WHAT YOU SHOULD DO
Word for word, restate the records that come after this.

☆ ☆ ☆ ☆ ☆ ☆ ☆

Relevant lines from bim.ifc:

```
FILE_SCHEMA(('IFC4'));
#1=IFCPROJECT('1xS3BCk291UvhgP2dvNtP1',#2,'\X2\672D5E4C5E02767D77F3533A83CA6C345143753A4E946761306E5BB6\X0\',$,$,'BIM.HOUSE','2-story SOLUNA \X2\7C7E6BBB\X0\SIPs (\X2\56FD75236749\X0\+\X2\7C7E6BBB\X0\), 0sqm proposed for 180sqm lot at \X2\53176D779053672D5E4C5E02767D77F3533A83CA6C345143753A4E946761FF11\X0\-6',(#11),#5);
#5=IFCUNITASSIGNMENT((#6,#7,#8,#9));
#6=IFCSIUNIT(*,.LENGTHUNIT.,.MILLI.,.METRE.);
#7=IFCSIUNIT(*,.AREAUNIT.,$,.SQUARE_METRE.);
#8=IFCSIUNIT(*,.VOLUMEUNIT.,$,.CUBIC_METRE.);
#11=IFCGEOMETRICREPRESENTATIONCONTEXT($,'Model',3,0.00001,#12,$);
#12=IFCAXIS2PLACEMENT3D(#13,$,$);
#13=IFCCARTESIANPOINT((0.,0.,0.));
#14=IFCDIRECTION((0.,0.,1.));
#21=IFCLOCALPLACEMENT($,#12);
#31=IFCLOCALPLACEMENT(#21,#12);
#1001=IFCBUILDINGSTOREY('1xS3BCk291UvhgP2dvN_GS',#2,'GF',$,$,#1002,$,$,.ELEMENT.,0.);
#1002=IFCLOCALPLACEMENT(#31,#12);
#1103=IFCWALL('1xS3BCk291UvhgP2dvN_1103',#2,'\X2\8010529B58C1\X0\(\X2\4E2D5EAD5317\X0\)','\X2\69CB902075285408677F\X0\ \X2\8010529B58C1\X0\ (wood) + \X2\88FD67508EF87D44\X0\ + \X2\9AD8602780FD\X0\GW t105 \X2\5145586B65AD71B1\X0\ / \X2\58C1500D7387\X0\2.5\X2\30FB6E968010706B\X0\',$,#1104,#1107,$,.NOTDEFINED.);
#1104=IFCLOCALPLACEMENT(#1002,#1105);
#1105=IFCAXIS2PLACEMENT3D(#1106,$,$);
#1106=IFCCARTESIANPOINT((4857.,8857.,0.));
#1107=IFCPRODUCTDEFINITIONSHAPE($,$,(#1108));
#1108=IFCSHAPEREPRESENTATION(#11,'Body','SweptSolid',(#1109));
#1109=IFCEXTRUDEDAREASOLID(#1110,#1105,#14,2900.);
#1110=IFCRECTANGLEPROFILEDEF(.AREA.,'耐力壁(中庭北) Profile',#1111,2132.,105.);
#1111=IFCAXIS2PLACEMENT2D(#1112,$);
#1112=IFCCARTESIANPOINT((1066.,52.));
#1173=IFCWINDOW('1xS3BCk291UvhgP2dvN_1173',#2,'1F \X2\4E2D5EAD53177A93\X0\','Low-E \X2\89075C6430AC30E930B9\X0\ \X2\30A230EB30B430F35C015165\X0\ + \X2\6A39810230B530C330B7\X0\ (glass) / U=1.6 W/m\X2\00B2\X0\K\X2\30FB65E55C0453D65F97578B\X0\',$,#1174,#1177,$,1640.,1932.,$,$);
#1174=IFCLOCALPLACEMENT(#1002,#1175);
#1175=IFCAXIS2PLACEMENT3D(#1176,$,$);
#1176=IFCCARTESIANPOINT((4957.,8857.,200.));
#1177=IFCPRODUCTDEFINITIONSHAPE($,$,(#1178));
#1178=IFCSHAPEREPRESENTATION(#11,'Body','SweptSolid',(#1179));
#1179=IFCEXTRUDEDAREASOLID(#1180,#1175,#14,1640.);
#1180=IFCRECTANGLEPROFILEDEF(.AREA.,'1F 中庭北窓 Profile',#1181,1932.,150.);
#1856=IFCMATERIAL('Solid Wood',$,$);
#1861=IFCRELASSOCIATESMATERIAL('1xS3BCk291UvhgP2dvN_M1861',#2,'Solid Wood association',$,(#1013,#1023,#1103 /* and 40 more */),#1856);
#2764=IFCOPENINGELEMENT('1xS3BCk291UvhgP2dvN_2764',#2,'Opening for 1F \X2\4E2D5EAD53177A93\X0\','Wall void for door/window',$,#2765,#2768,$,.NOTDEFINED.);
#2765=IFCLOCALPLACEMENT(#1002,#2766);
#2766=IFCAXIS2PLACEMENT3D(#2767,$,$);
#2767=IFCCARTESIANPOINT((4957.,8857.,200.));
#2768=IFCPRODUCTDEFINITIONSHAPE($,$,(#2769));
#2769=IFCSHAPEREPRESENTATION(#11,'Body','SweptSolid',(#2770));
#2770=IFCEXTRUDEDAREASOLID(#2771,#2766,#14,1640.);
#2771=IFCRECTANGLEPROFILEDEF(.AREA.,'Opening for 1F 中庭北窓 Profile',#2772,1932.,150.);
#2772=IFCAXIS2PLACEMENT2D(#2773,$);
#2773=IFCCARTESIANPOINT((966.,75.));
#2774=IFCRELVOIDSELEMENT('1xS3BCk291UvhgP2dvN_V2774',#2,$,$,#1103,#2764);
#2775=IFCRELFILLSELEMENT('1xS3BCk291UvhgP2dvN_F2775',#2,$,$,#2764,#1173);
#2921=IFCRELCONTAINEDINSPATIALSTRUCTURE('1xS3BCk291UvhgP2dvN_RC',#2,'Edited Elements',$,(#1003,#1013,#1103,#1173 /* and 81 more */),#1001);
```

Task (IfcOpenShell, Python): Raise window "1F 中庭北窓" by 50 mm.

```python
import numpy as np
import ifcopenshell
import ifcopenshell.api.geometry
import ifcopenshell.util.placement
import ifcopenshell.util.unit

model = ifcopenshell.open("bim.ifc")
unit_scale = ifcopenshell.util.unit.calculate_unit_scale(model)

window = model.by_guid("1xS3BCk291UvhgP2dvN_1173")
opening = window.FillsVoids[0].RelatingOpeningElement
dz = 50.0

shift = np.array([0.0, 0.0, dz])
# The window is not placed relative to its opening, so move both.
for product in (opening, window):
    matrix = ifcopenshell.util.placement.get_local_placement(product.ObjectPlacement)
    matrix[:3, 3] += shift
    ifcopenshell.api.geometry.edit_object_placement(model, product=product, matrix=matrix, is_si=False)

print(f"moved by {dz * unit_scale:+.3f} m")

model.write("bim_rev.ifc")
```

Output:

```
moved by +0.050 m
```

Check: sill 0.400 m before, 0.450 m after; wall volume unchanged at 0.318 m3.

☆ ☆ ☆ ☆ ☆ ☆ ☆

REPLY TO THE EXERCISE
Relevant lines from bim.ifc:

```
FILE_SCHEMA(('IFC4'));
#1=IFCPROJECT('1xS3BCk291UvhgP2dvNtP1',#2,'\X2\672D5E4C5E02767D77F3533A83CA6C345143753A4E946761306E5BB6\X0\',$,$,'BIM.HOUSE','2-story SOLUNA \X2\7C7E6BBB\X0\SIPs (\X2\56FD75236749\X0\+\X2\7C7E6BBB\X0\), 0sqm proposed for 180sqm lot at \X2\53176D779053672D5E4C5E02767D77F3533A83CA6C345143753A4E946761FF11\X0\-6',(#11),#5);
#5=IFCUNITASSIGNMENT((#6,#7,#8,#9));
#6=IFCSIUNIT(*,.LENGTHUNIT.,.MILLI.,.METRE.);
#7=IFCSIUNIT(*,.AREAUNIT.,$,.SQUARE_METRE.);
#8=IFCSIUNIT(*,.VOLUMEUNIT.,$,.CUBIC_METRE.);
#11=IFCGEOMETRICREPRESENTATIONCONTEXT($,'Model',3,0.00001,#12,$);
#12=IFCAXIS2PLACEMENT3D(#13,$,$);
#13=IFCCARTESIANPOINT((0.,0.,0.));
#14=IFCDIRECTION((0.,0.,1.));
#21=IFCLOCALPLACEMENT($,#12);
#31=IFCLOCALPLACEMENT(#21,#12);
#1001=IFCBUILDINGSTOREY('1xS3BCk291UvhgP2dvN_GS',#2,'GF',$,$,#1002,$,$,.ELEMENT.,0.);
#1002=IFCLOCALPLACEMENT(#31,#12);
#1103=IFCWALL('1xS3BCk291UvhgP2dvN_1103',#2,'\X2\8010529B58C1\X0\(\X2\4E2D5EAD5317\X0\)','\X2\69CB902075285408677F\X0\ \X2\8010529B58C1\X0\ (wood) + \X2\88FD67508EF87D44\X0\ + \X2\9AD8602780FD\X0\GW t105 \X2\5145586B65AD71B1\X0\ / \X2\58C1500D7387\X0\2.5\X2\30FB6E968010706B\X0\',$,#1104,#1107,$,.NOTDEFINED.);
#1104=IFCLOCALPLACEMENT(#1002,#1105);
#1105=IFCAXIS2PLACEMENT3D(#1106,$,$);
#1106=IFCCARTESIANPOINT((4857.,8857.,0.));
#1107=IFCPRODUCTDEFINITIONSHAPE($,$,(#1108));
#1108=IFCSHAPEREPRESENTATION(#11,'Body','SweptSolid',(#1109));
#1109=IFCEXTRUDEDAREASOLID(#1110,#1105,#14,2900.);
#1110=IFCRECTANGLEPROFILEDEF(.AREA.,'耐力壁(中庭北) Profile',#1111,2132.,105.);
#1111=IFCAXIS2PLACEMENT2D(#1112,$);
#1112=IFCCARTESIANPOINT((1066.,52.));
#1173=IFCWINDOW('1xS3BCk291UvhgP2dvN_1173',#2,'1F \X2\4E2D5EAD53177A93\X0\','Low-E \X2\89075C6430AC30E930B9\X0\ \X2\30A230EB30B430F35C015165\X0\ + \X2\6A39810230B530C330B7\X0\ (glass) / U=1.6 W/m\X2\00B2\X0\K\X2\30FB65E55C0453D65F97578B\X0\',$,#1174,#1177,$,1640.,1932.,$,$);
#1174=IFCLOCALPLACEMENT(#1002,#1175);
#1175=IFCAXIS2PLACEMENT3D(#1176,$,$);
#1176=IFCCARTESIANPOINT((4957.,8857.,200.));
#1177=IFCPRODUCTDEFINITIONSHAPE($,$,(#1178));
#1178=IFCSHAPEREPRESENTATION(#11,'Body','SweptSolid',(#1179));
#1179=IFCEXTRUDEDAREASOLID(#1180,#1175,#14,1640.);
#1180=IFCRECTANGLEPROFILEDEF(.AREA.,'1F 中庭北窓 Profile',#1181,1932.,150.);
#1856=IFCMATERIAL('Solid Wood',$,$);
#1861=IFCRELASSOCIATESMATERIAL('1xS3BCk291UvhgP2dvN_M1861',#2,'Solid Wood association',$,(#1013,#1023,#1103 /* and 40 more */),#1856);
#2764=IFCOPENINGELEMENT('1xS3BCk291UvhgP2dvN_2764',#2,'Opening for 1F \X2\4E2D5EAD53177A93\X0\','Wall void for door/window',$,#2765,#2768,$,.NOTDEFINED.);
#2765=IFCLOCALPLACEMENT(#1002,#2766);
#2766=IFCAXIS2PLACEMENT3D(#2767,$,$);
#2767=IFCCARTESIANPOINT((4957.,8857.,200.));
#2768=IFCPRODUCTDEFINITIONSHAPE($,$,(#2769));
#2769=IFCSHAPEREPRESENTATION(#11,'Body','SweptSolid',(#2770));
#2770=IFCEXTRUDEDAREASOLID(#2771,#2766,#14,1640.);
#2771=IFCRECTANGLEPROFILEDEF(.AREA.,'Opening for 1F 中庭北窓 Profile',#2772,1932.,150.);
#2772=IFCAXIS2PLACEMENT2D(#2773,$);
#2773=IFCCARTESIANPOINT((966.,75.));
#2774=IFCRELVOIDSELEMENT('1xS3BCk291UvhgP2dvN_V2774',#2,$,$,#1103,#2764);
#2775=IFCRELFILLSELEMENT('1xS3BCk291UvhgP2dvN_F2775',#2,$,$,#2764,#1173);
#2921=IFCRELCONTAINEDINSPATIALSTRUCTURE('1xS3BCk291UvhgP2dvN_RC',#2,'Edited Elements',$,(#1003,#1013,#1103,#1173 /* and 81 more */),#1001);
```

Task (IfcOpenShell, Python): Raise window "1F 中庭北窓" by 50 mm.

```python
import numpy as np
import ifcopenshell
import ifcopenshell.api.geometry
import ifcopenshell.util.placement
import ifcopenshell.util.unit

model = ifcopenshell.open("bim.ifc")
unit_scale = ifcopenshell.util.unit.calculate_unit_scale(model)

window = model.by_guid("1xS3BCk291UvhgP2dvN_1173")
opening = window.FillsVoids[0].RelatingOpeningElement
dz = 50.0

shift = np.array([0.0, 0.0, dz])
# The window is not placed relative to its opening, so move both.
for product in (opening, window):
    matrix = ifcopenshell.util.placement.get_local_placement(product.ObjectPlacement)
    matrix[:3, 3] += shift
    ifcopenshell.api.geometry.edit_object_placement(model, product=product, matrix=matrix, is_si=False)

print(f"moved by {dz * unit_scale:+.3f} m")

model.write("bim_rev.ifc")
```

Output:

```
moved by +0.050 m
```

Check: sill 0.400 m before, 0.450 m after; wall volume unchanged at 0.318 m3.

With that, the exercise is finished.